Goats are addicting. Be careful.


----------



## Onyx (Mar 11, 2015)

@babsbag That is why I asked about room for 6 goats.   I don't plan to start with 6 but I know how I am, ha ha.  I am sure my two or three starters will multiply >_>

I have heard a lot of people saying that their goats can clear a 4 foot fence from a standstill, though.  What is the structural difference between "no climb" wire and... er... "climb" wire?


----------



## babsbag (Mar 11, 2015)

They call it no climb as the 2x4 squares are just too small for a horse to get their foot through it.  I am sure dogs could, and goats too. The one row of good hot wire at knee height keeps the goats and dogs off of the fence. I have had goats, big goats, for 7 years and have never had one go over a 4' fence.  Not saying they can't...just saying they don't. I know a lot of goat owners and 4' is pretty much the standard. Fencing that they can't get their head through, and that the babies can't get through, is important. Especially if the goats have horns.


----------



## Fullhousefarm (Mar 11, 2015)

We have one of those jumping goats, but she's calmed down now that she's older. I recommend 4' fence, but have posts that extend 8-12" above the fence. Then you can add wire or hot wire if you have a jumping problem. We used hot wire for a few weeks and it hasn't been on in almost 2 years. Just the wire is enough. None of our other goats have jumped the 4' in the rest of the pasture. Just the one.


----------



## Baymule (Mar 12, 2015)

Absolutely use the 2"x4" horse wire. Just bought 8 acres and we are fencing a section at a time. Well worth the money to do it right the first time.  Also using 7'  T-post for 2 strands of wire at top.


----------



## greybeard (Mar 13, 2015)

2 worries with fencing. 
Keeping stock in.
Keeping predators out. 
4' tall might keep a goat in but won't keep a coyote or cat out. I have a mongrel mix breed dog that can clear 4' like a deer.
Fence accordingly.


----------



## Onyx (Mar 13, 2015)

Thanks for the advice everyone!  I have pretty much decided I'll be going with at least a 6' fence for just the reason greybeard brought up ^^.


----------



## Fullhousefarm (Mar 13, 2015)

Yes, that makes sense. We don't have large predators here really. Too surrounded by agriculture rather than forest/woods. We also don't have goats against frontage where dogs can roam.


----------



## Onyx (Mar 13, 2015)

Would this fence do the trick?  I don't know what kind of options I'll have for actual livestock fence where I'm moving to in rural NB, Canada, but I know they have a Home Hardware store nearby.
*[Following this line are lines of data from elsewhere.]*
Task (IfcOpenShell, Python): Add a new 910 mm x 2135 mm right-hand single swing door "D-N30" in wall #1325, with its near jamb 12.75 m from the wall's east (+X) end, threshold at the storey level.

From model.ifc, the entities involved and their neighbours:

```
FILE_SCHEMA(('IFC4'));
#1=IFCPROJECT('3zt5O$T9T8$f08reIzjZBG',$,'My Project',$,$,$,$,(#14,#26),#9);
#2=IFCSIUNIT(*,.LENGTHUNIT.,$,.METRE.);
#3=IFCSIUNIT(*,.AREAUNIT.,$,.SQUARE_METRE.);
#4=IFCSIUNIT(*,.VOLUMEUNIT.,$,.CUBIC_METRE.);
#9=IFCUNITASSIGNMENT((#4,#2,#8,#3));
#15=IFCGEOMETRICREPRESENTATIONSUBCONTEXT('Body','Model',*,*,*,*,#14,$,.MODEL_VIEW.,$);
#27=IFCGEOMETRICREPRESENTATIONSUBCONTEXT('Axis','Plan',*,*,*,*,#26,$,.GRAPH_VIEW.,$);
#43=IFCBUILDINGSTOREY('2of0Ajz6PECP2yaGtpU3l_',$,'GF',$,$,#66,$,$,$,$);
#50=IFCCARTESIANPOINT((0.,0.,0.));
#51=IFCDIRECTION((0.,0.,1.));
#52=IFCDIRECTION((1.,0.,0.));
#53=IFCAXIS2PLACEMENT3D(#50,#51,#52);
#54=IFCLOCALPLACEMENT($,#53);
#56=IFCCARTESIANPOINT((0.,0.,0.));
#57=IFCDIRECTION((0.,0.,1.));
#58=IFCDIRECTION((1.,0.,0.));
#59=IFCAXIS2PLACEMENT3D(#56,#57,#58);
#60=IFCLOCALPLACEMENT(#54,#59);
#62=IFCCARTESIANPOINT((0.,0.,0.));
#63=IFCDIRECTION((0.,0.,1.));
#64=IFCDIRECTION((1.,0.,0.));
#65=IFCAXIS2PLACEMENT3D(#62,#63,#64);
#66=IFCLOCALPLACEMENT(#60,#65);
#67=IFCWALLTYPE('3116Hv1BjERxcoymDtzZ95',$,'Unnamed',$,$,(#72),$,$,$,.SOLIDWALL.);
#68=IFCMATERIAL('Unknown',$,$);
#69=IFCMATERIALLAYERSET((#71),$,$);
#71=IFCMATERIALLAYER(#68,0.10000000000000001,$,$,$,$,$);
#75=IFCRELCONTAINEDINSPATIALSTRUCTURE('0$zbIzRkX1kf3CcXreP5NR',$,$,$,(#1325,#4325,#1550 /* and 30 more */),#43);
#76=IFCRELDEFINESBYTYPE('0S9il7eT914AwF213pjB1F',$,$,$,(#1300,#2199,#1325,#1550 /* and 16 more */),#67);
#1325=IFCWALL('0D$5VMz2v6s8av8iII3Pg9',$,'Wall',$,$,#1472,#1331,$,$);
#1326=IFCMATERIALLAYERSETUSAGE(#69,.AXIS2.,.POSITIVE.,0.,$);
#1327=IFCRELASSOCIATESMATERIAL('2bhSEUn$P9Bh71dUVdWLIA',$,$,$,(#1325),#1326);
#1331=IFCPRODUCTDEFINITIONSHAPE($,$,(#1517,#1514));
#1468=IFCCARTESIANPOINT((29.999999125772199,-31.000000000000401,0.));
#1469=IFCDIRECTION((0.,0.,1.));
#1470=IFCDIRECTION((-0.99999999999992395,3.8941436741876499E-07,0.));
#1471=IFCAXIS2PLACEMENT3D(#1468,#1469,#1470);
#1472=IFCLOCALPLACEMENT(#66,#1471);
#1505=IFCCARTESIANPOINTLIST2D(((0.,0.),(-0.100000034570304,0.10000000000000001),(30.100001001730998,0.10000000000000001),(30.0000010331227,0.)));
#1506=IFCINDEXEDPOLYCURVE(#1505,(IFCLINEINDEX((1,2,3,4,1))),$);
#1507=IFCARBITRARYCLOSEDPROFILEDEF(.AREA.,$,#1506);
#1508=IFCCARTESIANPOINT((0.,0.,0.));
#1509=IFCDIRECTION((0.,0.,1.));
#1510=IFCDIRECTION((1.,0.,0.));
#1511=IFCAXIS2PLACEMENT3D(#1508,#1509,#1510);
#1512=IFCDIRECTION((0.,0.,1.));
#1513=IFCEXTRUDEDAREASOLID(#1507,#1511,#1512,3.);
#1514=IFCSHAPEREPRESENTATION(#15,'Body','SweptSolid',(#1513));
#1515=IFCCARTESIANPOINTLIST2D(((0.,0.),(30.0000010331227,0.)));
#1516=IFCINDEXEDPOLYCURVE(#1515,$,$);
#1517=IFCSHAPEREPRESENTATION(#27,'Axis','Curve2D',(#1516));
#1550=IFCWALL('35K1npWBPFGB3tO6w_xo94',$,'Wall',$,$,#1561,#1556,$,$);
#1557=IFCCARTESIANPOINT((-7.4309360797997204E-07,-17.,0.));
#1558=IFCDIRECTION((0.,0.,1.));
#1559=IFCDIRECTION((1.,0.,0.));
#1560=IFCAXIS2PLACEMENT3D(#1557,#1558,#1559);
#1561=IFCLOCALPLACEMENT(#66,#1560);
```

```python
import numpy as np
import ifcopenshell
import ifcopenshell.api.feature
import ifcopenshell.api.geometry
import ifcopenshell.api.root
import ifcopenshell.api.spatial
import ifcopenshell.geom
import ifcopenshell.util.element
import ifcopenshell.util.placement
import ifcopenshell.util.representation
import ifcopenshell.util.shape
import ifcopenshell.util.unit

model = ifcopenshell.open("model.ifc")
unit_scale = ifcopenshell.util.unit.calculate_unit_scale(model)
settings = ifcopenshell.geom.settings()


def volume(element):
    """Net volume in cubic metres, openings subtracted."""
    shape = ifcopenshell.geom.create_shape(settings, element)
    return ifcopenshell.util.shape.get_volume(shape.geometry)


wall = model.by_id(1325)
storey = ifcopenshell.util.element.get_container(wall, ifc_class="IfcBuildingStorey")
context = ifcopenshell.util.representation.get_context(model, "Model", "Body", "MODEL_VIEW")
before = volume(wall)

width, height, from_end, sill = 0.91, 2.135, 12.75, 0.0  # metres

# The wall runs along its own X axis, and the end named is its -X end.
wall_shape = ifcopenshell.geom.create_shape(settings, wall)
x, y, z = ifcopenshell.util.shape.get_vertices(wall_shape.geometry).T
start = x.min() + from_end
face, thickness = float(y.min()), float(y.max() - y.min())
wall_matrix = ifcopenshell.util.placement.get_local_placement(wall.ObjectPlacement)
level = ifcopenshell.util.placement.get_local_placement(storey.ObjectPlacement)[2, 3]


def in_wall(x, y):
    """Placement at x, y metres in the wall's axes, at sill height."""
    matrix = wall_matrix.copy()
    matrix[:, 3] = wall_matrix @ np.array([x / unit_scale, y / unit_scale, 0.0, 1.0])
    matrix[2, 3] = level + sill / unit_scale
    return matrix


# Opening: a box that overshoots both wall faces by 50 mm.
opening = ifcopenshell.api.root.create_entity(model, ifc_class="IfcOpeningElement", predefined_type="OPENING")
box = ifcopenshell.api.geometry.add_wall_representation(
    model, context=context, length=width, height=height, thickness=thickness + 0.1
)
ifcopenshell.api.geometry.assign_representation(model, product=opening, representation=box)
ifcopenshell.api.geometry.edit_object_placement(model, product=opening, matrix=in_wall(start, face - 0.05), is_si=False)
ifcopenshell.api.feature.add_feature(model, feature=opening, element=wall)

door = ifcopenshell.api.root.create_entity(model, ifc_class="IfcDoor", name="D-N30", predefined_type="DOOR")
door.OverallWidth, door.OverallHeight = width / unit_scale, height / unit_scale
door.OperationType = "SINGLE_SWING_RIGHT"
body = ifcopenshell.api.geometry.add_door_representation(
    model,
    context=context,
    overall_width=door.OverallWidth,
    overall_height=door.OverallHeight,
    operation_type="SINGLE_SWING_RIGHT",
    lining_properties={"LiningDepth": thickness / unit_scale, "ThresholdDepth": thickness / unit_scale},
)
ifcopenshell.api.geometry.assign_representation(model, product=door, representation=body)
ifcopenshell.api.spatial.assign_container(model, products=[door], relating_structure=storey)
ifcopenshell.api.feature.add_filling(model, opening=opening, element=door)

# The lining spans the wall, so the door starts at the wall face.
ifcopenshell.api.geometry.edit_object_placement(model, product=door, matrix=in_wall(start, face), is_si=False)

after = volume(wall)

print(f"wall volume {before:.3f} -> {after:.3f} m3")

model.write("model_v2.ifc")
```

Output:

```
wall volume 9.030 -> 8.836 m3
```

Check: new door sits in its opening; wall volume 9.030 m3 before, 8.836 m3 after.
http://www.homehardware.ca/en/rec/i...-Wire-Fence/_/N-ntjm7/No-192/R-I5243382?Num=0


----------



## babsbag (Mar 13, 2015)

The welded wire fencing is not what you want, it breaks easily and is not easy to stretch without breaking. You want this kind. It is NOT cheap.
http://www.redbrand.com/Products/HorseFence/Non-Climb.aspx

 And to be honest I don't think a 6' is going to keep predators out any more than a 4', except maybe deer. Coyote and cat will go over either. The hot wire will help but even that is not great. If predators are an issue...aren't they always, you might consider a Livestock guardian dog. IMO no farm with goats or sheep should be without one.


----------



## Onyx (Mar 13, 2015)

I actually found another roll of wire, that is the non-climb horse wire, it's $250 for 100 feet.  From the same supplier.  It is only 5 feet tall, that's as tall as they seem to make it, though.

I could put some hot wire higher up to make a taller fence.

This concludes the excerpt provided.